• _EXERCISE AIM_:
Restate word for word the lines of the records below, starting at the line that contains "#195=IFCRELAGGREGATES('0000000000000000000019',$,$,$,#7,(#13));" and ending at the line that contains "#200=IFCMATERIAL('Plate Glass',$,$);", with both of those lines included and nothing else.

• _TASK DATA_:
::::

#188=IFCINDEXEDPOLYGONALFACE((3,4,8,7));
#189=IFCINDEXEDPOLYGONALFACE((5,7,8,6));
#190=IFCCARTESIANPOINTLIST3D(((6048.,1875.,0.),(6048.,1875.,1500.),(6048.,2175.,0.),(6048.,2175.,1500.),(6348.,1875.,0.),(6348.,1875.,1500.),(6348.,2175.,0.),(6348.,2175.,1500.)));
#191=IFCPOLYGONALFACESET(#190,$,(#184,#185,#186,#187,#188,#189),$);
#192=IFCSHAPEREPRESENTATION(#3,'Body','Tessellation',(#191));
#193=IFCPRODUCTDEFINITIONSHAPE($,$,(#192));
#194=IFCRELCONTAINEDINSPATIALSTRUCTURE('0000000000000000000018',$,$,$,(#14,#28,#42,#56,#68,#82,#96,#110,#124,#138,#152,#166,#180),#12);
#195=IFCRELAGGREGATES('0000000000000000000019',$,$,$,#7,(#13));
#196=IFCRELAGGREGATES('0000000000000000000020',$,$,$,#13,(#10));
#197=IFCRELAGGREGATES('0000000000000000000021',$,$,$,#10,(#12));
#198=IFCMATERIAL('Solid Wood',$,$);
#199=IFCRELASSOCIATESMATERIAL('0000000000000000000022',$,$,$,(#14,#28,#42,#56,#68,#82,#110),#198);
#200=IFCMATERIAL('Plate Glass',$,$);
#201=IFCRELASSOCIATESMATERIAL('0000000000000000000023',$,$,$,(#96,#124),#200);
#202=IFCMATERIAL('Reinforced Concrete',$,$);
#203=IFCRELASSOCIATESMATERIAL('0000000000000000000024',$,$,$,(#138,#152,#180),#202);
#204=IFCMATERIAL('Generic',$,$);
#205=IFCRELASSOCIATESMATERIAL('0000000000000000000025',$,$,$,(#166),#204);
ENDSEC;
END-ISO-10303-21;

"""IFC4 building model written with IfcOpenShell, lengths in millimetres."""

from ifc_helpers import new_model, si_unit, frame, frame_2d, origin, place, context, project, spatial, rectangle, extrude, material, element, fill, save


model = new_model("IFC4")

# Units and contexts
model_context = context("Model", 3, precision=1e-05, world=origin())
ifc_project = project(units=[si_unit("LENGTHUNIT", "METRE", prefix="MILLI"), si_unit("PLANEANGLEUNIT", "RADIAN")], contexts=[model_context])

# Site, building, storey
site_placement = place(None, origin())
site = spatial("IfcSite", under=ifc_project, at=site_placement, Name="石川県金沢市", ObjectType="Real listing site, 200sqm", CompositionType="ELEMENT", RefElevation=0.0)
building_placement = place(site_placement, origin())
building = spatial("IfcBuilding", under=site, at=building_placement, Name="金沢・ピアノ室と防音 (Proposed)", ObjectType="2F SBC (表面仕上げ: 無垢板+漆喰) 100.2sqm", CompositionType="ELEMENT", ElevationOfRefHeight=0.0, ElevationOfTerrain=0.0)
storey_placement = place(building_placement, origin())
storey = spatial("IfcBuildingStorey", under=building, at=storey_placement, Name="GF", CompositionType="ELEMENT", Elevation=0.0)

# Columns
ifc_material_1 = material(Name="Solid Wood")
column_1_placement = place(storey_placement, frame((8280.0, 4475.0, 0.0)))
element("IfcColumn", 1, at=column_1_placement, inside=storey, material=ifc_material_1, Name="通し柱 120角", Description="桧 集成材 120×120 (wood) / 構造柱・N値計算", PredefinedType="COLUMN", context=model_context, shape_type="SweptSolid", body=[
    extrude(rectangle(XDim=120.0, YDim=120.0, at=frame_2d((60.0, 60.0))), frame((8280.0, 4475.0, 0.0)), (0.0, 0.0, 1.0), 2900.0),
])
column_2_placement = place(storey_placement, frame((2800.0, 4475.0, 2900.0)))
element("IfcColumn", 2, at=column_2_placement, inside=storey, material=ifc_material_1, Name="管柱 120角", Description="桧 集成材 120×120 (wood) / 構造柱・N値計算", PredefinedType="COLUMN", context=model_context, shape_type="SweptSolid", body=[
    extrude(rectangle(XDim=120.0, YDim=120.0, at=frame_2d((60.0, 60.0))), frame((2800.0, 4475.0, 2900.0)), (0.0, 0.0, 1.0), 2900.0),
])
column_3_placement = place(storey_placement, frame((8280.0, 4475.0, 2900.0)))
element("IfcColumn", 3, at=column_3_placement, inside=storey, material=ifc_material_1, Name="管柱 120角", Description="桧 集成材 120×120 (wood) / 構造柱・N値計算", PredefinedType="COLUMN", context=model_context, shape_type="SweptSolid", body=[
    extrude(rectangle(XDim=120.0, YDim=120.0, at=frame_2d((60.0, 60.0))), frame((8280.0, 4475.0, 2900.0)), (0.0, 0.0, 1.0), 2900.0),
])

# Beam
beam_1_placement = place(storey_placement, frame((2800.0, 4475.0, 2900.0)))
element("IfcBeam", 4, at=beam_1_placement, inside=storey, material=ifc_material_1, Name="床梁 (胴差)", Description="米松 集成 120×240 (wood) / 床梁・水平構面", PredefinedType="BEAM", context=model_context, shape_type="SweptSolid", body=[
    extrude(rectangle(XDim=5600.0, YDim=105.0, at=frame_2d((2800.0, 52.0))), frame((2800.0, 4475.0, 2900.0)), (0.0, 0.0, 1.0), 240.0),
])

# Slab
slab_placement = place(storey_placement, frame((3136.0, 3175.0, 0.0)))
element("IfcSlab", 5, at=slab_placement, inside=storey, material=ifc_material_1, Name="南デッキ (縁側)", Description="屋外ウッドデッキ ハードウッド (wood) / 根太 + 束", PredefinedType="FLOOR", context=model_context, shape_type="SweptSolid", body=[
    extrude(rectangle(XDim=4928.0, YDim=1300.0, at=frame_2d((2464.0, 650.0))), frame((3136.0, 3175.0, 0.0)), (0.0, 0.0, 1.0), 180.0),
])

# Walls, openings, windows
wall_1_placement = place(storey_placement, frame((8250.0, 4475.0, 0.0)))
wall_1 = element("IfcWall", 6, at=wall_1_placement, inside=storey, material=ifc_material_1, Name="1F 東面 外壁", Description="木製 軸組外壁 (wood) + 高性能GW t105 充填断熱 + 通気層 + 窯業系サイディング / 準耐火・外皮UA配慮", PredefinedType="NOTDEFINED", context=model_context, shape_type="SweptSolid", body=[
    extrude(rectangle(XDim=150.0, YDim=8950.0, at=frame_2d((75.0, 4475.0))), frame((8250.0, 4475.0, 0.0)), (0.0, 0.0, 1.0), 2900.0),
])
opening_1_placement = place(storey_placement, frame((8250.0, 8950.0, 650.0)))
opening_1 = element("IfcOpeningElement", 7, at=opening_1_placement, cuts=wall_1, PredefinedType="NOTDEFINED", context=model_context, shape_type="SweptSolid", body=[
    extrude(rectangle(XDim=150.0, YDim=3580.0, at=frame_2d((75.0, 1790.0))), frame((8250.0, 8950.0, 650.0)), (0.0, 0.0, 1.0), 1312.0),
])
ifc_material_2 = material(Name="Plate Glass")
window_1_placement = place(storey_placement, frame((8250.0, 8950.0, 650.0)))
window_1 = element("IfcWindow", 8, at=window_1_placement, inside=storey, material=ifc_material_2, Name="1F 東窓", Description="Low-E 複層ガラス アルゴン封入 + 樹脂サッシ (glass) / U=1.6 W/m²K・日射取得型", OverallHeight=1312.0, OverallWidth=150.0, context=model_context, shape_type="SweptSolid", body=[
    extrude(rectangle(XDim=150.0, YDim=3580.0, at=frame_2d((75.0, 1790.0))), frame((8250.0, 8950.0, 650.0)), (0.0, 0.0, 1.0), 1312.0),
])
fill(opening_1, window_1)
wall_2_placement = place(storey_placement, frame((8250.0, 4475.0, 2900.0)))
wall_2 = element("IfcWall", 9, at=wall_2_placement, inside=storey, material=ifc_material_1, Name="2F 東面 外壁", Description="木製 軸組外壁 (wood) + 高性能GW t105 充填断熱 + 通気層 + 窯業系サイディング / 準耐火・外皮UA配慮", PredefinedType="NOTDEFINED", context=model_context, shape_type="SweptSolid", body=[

::::

• _SOLUTION TO THIS PROBLEM_:
#195=IFCRELAGGREGATES('0000000000000000000019',$,$,$,#7,(#13));
#196=IFCRELAGGREGATES('0000000000000000000020',$,$,$,#13,(#10));
#197=IFCRELAGGREGATES('0000000000000000000021',$,$,$,#10,(#12));
#198=IFCMATERIAL('Solid Wood',$,$);
#199=IFCRELASSOCIATESMATERIAL('0000000000000000000022',$,$,$,(#14,#28,#42,#56,#68,#82,#110),#198);
#200=IFCMATERIAL('Plate Glass',$,$);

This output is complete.